▶ _EXERCISE BRIEF_:
Please reproduce verbatim the lines below, from the first through the one with "#5=IFCSIUNIT(*,.LENGTHUNIT.,$,.METRE.);".

▶ _DATA UNDER STUDY_:

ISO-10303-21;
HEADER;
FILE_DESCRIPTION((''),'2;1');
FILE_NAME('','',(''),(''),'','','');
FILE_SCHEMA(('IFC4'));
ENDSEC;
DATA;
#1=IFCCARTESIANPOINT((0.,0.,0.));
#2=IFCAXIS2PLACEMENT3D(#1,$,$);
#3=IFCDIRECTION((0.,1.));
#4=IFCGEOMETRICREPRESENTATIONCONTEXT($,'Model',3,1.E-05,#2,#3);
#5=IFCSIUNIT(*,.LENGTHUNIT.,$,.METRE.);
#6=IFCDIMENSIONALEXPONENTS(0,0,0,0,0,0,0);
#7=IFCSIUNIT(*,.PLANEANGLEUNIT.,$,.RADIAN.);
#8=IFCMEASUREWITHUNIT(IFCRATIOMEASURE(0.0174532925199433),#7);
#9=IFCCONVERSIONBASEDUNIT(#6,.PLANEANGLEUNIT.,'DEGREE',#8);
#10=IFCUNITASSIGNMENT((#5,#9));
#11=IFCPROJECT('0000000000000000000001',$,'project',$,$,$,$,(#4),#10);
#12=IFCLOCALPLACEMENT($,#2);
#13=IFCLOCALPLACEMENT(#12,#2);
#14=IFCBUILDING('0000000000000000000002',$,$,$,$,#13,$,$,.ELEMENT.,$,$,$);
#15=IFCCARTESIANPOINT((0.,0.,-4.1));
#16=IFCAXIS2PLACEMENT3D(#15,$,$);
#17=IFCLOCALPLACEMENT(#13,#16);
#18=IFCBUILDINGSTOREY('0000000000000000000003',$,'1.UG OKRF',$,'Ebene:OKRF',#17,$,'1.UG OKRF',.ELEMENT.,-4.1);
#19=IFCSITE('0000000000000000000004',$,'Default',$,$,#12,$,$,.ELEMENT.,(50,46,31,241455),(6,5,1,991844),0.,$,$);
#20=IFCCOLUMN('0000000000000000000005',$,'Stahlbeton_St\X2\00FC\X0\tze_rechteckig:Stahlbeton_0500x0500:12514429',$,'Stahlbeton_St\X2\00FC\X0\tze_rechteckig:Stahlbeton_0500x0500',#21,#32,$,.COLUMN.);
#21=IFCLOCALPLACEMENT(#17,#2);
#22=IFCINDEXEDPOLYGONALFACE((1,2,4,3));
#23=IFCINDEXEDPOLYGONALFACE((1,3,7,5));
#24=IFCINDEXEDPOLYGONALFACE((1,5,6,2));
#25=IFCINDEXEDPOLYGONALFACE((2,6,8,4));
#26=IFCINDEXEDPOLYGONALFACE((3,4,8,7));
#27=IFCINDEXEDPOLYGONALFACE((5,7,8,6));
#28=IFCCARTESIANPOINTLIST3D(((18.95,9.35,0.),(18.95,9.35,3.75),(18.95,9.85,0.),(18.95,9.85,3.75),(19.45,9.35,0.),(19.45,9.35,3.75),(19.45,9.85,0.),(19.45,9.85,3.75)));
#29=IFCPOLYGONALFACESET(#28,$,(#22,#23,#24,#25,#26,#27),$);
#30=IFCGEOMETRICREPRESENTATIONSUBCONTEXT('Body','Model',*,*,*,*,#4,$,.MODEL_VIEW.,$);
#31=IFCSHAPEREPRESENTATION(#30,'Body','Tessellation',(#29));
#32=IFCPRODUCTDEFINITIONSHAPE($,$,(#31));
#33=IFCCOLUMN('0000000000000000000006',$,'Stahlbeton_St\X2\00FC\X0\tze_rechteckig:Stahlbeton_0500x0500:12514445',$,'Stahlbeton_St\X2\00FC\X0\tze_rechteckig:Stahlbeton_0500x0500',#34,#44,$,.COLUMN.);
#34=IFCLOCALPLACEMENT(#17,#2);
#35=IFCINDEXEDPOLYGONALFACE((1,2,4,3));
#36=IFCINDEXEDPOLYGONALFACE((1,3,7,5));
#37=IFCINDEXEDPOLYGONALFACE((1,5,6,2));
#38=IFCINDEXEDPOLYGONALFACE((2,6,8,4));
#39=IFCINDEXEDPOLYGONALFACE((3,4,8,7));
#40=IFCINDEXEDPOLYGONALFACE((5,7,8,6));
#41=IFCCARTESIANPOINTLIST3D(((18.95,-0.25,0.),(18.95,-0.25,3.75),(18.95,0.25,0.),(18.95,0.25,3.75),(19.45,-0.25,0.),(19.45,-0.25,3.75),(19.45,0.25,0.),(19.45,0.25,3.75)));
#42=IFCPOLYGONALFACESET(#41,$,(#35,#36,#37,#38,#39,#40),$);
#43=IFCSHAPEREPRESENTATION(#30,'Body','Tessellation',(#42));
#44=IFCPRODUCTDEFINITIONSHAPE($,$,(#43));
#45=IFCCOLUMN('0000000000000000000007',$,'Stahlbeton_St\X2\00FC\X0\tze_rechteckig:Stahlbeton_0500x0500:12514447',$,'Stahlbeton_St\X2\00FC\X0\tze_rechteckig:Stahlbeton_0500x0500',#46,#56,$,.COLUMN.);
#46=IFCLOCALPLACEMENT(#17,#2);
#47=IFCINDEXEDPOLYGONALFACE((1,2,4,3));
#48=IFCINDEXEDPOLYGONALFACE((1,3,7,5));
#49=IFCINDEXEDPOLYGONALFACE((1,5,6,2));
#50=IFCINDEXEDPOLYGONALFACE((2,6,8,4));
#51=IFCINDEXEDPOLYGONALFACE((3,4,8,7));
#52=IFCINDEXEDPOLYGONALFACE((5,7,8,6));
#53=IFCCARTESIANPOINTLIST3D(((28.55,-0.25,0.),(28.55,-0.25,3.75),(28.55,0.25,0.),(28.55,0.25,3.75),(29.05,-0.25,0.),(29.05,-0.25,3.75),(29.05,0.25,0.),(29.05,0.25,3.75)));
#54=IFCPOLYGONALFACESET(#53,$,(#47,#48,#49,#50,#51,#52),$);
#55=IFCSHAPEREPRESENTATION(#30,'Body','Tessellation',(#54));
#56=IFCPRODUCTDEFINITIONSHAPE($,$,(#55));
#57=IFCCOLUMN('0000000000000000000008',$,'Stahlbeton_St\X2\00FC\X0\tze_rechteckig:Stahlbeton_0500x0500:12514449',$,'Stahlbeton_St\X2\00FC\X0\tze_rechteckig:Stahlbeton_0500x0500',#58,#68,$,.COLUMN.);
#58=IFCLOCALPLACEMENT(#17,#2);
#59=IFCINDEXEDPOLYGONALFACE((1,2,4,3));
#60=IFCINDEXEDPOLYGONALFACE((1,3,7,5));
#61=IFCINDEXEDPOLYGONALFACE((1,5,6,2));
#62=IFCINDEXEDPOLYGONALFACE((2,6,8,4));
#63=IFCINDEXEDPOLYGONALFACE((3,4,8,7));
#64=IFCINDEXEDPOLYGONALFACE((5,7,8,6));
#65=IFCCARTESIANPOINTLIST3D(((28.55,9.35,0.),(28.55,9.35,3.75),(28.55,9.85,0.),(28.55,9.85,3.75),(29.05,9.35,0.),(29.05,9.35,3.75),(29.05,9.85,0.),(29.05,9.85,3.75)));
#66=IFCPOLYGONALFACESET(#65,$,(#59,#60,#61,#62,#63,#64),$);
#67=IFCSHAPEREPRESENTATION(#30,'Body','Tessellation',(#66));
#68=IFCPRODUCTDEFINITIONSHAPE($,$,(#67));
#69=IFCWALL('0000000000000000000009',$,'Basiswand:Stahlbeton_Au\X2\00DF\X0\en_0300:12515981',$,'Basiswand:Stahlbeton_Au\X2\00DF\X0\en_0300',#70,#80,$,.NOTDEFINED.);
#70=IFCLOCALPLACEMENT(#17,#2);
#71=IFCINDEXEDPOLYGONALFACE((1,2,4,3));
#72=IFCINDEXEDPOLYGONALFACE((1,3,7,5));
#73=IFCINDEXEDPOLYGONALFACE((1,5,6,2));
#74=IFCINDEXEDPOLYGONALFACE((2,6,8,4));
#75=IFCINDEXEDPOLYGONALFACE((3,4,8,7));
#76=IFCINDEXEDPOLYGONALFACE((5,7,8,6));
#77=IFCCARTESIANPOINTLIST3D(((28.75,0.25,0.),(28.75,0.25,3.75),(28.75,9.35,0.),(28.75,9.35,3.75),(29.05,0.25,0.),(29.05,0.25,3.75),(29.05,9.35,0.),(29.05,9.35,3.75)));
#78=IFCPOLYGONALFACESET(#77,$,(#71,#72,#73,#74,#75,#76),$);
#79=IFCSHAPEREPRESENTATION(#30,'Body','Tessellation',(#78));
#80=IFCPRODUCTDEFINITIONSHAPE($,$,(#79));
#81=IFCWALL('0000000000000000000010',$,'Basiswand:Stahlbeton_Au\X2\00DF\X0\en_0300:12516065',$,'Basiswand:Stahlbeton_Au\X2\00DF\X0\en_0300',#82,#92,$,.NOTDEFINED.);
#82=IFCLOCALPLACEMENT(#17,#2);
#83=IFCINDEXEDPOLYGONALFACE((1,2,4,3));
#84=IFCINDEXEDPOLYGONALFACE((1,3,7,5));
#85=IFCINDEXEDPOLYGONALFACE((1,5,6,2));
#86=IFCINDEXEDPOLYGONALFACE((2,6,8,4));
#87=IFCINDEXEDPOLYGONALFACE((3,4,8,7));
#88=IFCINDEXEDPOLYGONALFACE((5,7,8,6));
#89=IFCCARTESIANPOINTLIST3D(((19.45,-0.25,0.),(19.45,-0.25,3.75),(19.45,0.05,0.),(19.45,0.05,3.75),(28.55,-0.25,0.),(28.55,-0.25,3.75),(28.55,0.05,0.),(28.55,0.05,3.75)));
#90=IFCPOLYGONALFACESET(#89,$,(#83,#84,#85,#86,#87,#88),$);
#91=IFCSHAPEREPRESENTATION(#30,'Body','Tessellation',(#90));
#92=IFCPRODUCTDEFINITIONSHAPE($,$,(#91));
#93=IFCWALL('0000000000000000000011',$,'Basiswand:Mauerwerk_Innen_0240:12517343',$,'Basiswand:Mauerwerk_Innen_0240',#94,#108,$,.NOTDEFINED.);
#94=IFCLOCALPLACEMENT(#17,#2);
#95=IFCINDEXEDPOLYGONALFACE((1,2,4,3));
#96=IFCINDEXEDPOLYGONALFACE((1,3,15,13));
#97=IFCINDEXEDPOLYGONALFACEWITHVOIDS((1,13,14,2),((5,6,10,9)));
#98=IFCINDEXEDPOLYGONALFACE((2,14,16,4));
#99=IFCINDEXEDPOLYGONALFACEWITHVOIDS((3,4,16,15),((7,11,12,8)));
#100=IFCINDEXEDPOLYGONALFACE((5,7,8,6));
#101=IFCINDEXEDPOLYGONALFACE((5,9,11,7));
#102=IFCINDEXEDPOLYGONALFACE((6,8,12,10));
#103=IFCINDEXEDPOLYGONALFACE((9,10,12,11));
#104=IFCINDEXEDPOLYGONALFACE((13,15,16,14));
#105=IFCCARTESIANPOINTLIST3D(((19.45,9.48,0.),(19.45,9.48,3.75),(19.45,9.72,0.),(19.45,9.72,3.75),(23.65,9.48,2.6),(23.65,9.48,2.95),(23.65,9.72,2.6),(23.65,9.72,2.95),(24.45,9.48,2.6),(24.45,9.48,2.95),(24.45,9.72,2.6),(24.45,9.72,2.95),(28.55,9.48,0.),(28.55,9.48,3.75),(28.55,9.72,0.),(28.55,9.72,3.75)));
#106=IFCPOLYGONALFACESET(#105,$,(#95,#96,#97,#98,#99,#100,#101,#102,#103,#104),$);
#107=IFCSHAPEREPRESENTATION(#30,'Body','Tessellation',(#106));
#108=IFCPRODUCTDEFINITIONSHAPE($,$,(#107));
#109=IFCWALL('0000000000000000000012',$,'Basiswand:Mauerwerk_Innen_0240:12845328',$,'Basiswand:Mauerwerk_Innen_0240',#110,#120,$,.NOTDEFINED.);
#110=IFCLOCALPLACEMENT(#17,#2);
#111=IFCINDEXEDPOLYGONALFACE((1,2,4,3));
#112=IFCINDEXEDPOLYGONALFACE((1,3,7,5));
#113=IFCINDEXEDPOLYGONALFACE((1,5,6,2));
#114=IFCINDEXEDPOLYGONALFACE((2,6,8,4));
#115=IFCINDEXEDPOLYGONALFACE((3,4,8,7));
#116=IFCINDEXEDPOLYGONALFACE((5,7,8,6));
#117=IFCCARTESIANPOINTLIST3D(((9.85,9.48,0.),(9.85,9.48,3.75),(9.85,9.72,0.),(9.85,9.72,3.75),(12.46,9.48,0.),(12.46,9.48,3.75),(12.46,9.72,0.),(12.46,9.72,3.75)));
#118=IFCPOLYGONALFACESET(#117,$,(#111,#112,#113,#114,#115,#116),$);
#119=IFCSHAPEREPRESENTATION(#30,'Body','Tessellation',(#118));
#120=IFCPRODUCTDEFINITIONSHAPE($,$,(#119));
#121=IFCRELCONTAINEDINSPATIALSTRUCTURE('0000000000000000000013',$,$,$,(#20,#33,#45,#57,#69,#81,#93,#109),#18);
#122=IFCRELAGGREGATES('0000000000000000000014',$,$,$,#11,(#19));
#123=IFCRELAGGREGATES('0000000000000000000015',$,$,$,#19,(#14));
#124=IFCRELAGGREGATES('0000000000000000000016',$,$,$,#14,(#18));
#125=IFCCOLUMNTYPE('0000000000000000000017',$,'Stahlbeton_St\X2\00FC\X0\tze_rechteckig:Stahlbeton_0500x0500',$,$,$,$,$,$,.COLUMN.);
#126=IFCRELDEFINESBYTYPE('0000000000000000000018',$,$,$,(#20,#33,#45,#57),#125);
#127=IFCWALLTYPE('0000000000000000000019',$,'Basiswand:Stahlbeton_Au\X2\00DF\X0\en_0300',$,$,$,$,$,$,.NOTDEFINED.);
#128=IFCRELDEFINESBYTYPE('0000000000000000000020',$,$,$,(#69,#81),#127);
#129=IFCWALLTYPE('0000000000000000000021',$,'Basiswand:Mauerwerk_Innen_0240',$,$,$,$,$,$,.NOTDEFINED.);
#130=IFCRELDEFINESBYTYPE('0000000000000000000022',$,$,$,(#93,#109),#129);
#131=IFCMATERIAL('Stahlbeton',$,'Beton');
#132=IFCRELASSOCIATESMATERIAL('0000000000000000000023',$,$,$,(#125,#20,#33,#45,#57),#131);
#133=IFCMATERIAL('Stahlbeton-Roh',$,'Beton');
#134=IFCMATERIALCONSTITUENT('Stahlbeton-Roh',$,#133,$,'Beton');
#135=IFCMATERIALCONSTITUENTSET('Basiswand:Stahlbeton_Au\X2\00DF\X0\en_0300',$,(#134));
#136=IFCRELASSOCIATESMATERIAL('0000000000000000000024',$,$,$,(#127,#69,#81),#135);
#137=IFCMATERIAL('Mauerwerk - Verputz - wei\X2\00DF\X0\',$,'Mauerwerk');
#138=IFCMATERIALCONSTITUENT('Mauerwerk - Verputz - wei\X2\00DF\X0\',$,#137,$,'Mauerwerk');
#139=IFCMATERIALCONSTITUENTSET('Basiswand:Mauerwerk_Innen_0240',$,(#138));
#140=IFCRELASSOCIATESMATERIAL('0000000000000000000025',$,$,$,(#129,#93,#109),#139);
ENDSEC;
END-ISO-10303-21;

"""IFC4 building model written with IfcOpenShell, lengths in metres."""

from ifc_helpers import new_model, entity, si_unit, converted_unit, direction, frame, origin, place, context, subcontext, project, spatial, indexed_curve, outline, extrude, source, transform, mapped, material, constituent, constituent_set, type_object, type_shapes, element, save


model = new_model("IFC4")

# Units and contexts
model_context = context("Model", 3, precision=1e-05, world=origin(), true_north=direction((0.0, 1.0)))
body_context = subcontext(model_context, "Body", "Model", "MODEL_VIEW")
ifc_project = project(units=[si_unit("LENGTHUNIT", "METRE"), converted_unit("PLANEANGLEUNIT", "DEGREE", entity("IfcRatioMeasure", 0.0174532925199433), si_unit("PLANEANGLEUNIT", "RADIAN"), dimensions=[0, 0, 0, 0, 0, 0, 0])], contexts=[model_context])

# Site, building, storey
site_placement = place(None, origin())
site = spatial("IfcSite", under=ifc_project, at=site_placement, Name="Default", CompositionType="ELEMENT", RefLatitude=(50, 46, 31, 241455), RefLongitude=(6, 5, 1, 991844), RefElevation=0.0)
building_placement = place(site_placement, origin())
building = spatial("IfcBuilding", under=site, at=building_placement, CompositionType="ELEMENT")
storey_placement = place(building_placement, frame((0.0, 0.0, -4.1)))
storey = spatial("IfcBuildingStorey", under=building, at=storey_placement, Name="1.UG OKRF", ObjectType="Ebene:OKRF", LongName="1.UG OKRF", CompositionType="ELEMENT", Elevation=-4.1)

# Columns
ifc_material_1 = material(Name="Stahlbeton", Category="Beton")
column_type = type_object("IfcColumnType", Name="Stahlbeton_Stütze_rechteckig:Stahlbeton_0500x0500", PredefinedType="COLUMN", material=ifc_material_1)
shared_shape = source(origin(), body_context, "Body", "SweptSolid", [
    extrude(outline(indexed_curve([(-0.25, -0.25), (0.25, -0.25), (0.25, 0.25), (-0.25, 0.25), (-0.25, -0.25)], self_intersect=False)), frame((0.0, 0.0, -4.1), z_axis=(0.0, 0.0, 1.0), x_axis=(0.0, -1.0, 0.0)), (0.0, 0.0, 1.0), 3.75),
])
type_shapes(column_type, [shared_shape])
for number, where, name in (
    (1, (19.2, 9.6, 4.1), "Stahlbeton_Stütze_rechteckig:Stahlbeton_0500x0500:12514429"),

▶ _TASK RESULT_:
ISO-10303-21;
HEADER;
FILE_DESCRIPTION((''),'2;1');
FILE_NAME('','',(''),(''),'','','');
FILE_SCHEMA(('IFC4'));
ENDSEC;
DATA;
#1=IFCCARTESIANPOINT((0.,0.,0.));
#2=IFCAXIS2PLACEMENT3D(#1,$,$);
#3=IFCDIRECTION((0.,1.));
#4=IFCGEOMETRICREPRESENTATIONCONTEXT($,'Model',3,1.E-05,#2,#3);
#5=IFCSIUNIT(*,.LENGTHUNIT.,$,.METRE.);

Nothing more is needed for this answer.